[Records drawn from a dataset]
==================================================

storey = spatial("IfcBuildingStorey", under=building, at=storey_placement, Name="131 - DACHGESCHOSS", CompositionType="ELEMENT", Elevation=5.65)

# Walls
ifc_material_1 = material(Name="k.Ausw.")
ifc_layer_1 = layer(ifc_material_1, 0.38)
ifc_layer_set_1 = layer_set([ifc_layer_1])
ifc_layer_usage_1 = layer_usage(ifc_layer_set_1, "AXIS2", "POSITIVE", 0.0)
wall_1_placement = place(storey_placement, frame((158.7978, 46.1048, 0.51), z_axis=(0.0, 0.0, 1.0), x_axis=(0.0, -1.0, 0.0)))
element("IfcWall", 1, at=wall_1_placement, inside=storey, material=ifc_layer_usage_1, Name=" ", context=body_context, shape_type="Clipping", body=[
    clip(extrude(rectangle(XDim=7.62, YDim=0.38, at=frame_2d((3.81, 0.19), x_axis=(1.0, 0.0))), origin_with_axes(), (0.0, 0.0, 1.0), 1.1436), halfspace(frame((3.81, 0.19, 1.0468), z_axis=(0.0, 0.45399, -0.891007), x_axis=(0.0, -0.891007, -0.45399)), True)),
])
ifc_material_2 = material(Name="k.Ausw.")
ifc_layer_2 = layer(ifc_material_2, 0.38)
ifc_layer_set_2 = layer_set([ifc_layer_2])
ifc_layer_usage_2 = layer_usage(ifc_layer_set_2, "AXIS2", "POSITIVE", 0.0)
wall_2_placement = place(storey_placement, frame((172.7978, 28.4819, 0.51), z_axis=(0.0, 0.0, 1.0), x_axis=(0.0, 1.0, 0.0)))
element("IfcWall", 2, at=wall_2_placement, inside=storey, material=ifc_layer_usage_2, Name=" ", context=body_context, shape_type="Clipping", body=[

==================================================

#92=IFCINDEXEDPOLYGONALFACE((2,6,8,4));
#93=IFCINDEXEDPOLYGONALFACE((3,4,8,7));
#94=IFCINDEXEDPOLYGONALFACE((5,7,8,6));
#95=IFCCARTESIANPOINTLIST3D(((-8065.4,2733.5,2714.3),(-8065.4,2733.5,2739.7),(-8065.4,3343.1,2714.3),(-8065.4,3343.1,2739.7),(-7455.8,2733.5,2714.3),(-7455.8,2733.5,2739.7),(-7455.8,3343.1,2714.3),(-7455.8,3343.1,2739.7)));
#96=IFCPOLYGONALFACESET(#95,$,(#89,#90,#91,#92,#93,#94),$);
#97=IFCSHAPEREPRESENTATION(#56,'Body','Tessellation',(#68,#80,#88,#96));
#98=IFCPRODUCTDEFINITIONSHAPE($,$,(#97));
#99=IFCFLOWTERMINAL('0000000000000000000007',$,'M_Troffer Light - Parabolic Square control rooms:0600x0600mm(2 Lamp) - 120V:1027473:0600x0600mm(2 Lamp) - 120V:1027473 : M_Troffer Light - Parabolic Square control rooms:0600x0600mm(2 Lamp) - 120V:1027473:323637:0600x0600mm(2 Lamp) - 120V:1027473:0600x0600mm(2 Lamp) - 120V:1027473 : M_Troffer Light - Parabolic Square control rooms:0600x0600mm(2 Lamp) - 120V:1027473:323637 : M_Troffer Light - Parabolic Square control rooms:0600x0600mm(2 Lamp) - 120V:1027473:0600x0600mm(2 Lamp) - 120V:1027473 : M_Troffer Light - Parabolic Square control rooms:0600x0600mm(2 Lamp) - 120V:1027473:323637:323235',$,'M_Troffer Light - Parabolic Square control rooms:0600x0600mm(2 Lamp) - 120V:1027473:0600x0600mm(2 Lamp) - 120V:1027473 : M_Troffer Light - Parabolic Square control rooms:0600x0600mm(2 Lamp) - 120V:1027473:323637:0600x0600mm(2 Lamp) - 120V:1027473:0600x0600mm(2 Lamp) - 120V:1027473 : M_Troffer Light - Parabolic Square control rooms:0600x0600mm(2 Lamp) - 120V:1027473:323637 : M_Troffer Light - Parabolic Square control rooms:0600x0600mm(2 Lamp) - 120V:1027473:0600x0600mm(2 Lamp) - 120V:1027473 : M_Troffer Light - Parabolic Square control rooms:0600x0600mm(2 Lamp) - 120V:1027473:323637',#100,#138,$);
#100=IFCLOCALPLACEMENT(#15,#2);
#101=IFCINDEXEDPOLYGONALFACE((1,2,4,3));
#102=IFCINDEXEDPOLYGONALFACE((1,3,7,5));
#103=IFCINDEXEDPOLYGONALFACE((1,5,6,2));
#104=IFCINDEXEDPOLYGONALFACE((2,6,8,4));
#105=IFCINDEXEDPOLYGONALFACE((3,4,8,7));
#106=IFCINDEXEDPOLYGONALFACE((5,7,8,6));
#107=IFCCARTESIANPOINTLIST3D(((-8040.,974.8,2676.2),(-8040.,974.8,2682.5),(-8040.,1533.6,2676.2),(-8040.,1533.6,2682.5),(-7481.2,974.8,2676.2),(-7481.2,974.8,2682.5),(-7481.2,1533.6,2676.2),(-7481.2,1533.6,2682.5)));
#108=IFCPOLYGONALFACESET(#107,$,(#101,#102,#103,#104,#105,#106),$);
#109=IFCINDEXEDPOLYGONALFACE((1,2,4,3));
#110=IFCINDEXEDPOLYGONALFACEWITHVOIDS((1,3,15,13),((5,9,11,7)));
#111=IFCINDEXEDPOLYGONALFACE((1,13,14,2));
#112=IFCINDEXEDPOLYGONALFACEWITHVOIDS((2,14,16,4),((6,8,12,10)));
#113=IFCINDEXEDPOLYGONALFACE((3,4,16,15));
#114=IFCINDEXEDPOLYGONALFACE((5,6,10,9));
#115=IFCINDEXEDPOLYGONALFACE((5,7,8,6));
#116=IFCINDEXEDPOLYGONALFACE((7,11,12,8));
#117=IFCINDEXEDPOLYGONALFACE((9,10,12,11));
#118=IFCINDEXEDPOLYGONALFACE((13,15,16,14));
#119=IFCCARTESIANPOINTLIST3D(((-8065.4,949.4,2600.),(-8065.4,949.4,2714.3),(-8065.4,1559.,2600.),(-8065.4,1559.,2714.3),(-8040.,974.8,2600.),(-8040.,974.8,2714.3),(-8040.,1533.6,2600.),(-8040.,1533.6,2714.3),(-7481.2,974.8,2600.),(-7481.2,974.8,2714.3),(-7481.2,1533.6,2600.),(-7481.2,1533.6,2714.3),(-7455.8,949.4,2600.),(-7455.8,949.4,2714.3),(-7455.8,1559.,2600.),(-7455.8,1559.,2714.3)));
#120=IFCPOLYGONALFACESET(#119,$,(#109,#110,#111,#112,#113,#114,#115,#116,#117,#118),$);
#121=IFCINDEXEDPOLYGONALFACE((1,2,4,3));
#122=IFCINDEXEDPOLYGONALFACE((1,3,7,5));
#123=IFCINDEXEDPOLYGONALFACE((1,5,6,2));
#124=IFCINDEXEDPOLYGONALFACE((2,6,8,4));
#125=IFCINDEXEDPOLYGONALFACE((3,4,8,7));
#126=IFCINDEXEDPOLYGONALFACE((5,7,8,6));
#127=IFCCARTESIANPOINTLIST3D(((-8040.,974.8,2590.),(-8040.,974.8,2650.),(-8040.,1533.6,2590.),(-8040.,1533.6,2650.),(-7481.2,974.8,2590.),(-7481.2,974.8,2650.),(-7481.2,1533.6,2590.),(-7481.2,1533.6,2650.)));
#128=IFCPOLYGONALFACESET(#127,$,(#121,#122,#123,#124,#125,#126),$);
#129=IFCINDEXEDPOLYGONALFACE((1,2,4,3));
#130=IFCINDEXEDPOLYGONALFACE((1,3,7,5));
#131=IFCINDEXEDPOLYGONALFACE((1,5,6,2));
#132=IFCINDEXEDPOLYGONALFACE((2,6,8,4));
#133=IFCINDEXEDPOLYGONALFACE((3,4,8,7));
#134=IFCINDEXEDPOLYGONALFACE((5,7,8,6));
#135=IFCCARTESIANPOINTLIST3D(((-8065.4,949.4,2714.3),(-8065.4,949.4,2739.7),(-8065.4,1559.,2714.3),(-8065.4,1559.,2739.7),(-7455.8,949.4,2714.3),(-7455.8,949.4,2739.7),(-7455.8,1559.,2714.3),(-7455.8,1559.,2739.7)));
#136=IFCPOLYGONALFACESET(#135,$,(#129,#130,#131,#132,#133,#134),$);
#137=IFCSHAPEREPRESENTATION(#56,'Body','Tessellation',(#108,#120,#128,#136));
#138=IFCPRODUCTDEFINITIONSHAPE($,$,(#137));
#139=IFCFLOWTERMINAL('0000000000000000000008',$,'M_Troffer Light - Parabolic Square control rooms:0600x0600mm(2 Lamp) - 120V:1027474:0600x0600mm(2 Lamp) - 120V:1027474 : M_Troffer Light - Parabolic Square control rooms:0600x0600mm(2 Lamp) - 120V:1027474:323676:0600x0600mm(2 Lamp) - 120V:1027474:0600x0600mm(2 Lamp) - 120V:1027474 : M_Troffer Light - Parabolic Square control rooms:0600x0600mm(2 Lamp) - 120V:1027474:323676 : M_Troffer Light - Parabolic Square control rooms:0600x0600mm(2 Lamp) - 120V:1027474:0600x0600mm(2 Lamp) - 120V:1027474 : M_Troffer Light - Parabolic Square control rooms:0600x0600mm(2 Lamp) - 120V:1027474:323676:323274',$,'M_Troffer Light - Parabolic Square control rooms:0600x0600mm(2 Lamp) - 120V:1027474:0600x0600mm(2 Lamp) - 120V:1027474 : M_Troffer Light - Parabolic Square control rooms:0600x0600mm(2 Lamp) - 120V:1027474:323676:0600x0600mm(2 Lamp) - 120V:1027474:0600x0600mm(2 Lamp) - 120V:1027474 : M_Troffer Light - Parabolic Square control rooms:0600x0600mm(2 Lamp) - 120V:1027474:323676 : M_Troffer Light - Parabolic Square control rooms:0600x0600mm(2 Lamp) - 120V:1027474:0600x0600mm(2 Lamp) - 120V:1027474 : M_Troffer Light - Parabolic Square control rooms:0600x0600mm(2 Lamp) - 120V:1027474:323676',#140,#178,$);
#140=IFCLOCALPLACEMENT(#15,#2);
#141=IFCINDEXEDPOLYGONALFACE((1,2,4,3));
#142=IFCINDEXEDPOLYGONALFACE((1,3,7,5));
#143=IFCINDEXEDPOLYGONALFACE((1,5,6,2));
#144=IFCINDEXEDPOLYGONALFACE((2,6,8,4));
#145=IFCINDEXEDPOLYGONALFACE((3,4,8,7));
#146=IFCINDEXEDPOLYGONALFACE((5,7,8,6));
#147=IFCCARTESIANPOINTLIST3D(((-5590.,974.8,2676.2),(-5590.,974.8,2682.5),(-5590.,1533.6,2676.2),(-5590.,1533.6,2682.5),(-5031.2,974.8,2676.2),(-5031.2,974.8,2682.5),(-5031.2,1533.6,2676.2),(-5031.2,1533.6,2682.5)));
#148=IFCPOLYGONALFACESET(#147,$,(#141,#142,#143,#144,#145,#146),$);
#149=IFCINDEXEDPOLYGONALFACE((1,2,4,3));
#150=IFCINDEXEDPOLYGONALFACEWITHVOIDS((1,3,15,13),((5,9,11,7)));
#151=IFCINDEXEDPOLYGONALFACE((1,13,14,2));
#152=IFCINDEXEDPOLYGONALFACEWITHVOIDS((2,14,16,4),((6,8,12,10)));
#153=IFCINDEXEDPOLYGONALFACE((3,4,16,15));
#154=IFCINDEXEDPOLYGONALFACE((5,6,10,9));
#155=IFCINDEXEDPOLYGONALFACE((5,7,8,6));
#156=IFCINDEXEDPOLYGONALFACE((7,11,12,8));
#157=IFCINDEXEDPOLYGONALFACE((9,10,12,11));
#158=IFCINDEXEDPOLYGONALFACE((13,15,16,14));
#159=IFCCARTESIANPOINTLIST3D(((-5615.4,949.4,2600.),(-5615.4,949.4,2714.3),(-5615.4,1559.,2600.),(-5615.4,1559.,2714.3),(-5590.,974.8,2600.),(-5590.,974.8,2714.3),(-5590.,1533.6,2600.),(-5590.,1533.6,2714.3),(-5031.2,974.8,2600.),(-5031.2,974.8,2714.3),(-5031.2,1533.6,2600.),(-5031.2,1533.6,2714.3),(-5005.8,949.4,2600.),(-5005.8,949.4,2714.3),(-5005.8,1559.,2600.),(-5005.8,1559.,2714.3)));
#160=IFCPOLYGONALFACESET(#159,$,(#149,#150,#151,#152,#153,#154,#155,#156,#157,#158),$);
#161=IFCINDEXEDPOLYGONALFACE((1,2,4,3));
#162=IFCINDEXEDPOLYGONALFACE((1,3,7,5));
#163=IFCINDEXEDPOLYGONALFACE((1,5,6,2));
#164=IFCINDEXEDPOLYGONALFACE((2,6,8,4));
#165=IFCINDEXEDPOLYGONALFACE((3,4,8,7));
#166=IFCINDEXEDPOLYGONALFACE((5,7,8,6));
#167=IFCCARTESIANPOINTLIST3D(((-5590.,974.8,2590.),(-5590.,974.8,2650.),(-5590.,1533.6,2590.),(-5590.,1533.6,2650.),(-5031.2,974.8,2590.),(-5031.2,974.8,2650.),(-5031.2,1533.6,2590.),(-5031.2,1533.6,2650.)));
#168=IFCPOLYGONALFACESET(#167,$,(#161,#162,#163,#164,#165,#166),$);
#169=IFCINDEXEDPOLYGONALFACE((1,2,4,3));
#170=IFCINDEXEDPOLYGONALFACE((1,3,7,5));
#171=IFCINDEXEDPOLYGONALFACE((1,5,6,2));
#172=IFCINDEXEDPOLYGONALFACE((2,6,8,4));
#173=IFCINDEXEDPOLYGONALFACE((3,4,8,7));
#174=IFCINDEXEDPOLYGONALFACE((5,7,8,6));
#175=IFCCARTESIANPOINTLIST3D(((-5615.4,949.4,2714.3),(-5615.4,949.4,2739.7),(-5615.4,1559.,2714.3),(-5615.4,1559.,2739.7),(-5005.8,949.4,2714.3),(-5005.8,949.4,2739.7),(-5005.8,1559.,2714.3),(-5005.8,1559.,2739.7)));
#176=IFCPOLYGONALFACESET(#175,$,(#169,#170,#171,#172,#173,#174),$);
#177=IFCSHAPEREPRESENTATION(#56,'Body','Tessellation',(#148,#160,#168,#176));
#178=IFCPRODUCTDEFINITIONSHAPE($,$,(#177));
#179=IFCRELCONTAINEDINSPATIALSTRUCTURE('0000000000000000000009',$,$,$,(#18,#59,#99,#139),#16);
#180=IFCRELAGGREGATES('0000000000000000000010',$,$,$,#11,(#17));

==================================================

Please return every line in the data that includes the string "IFCSHAPEREPRESENTATION".

#### Solved exercise:
#97=IFCSHAPEREPRESENTATION(#56,'Body','Tessellation',(#68,#80,#88,#96));
#137=IFCSHAPEREPRESENTATION(#56,'Body','Tessellation',(#108,#120,#128,#136));
#177=IFCSHAPEREPRESENTATION(#56,'Body','Tessellation',(#148,#160,#168,#176));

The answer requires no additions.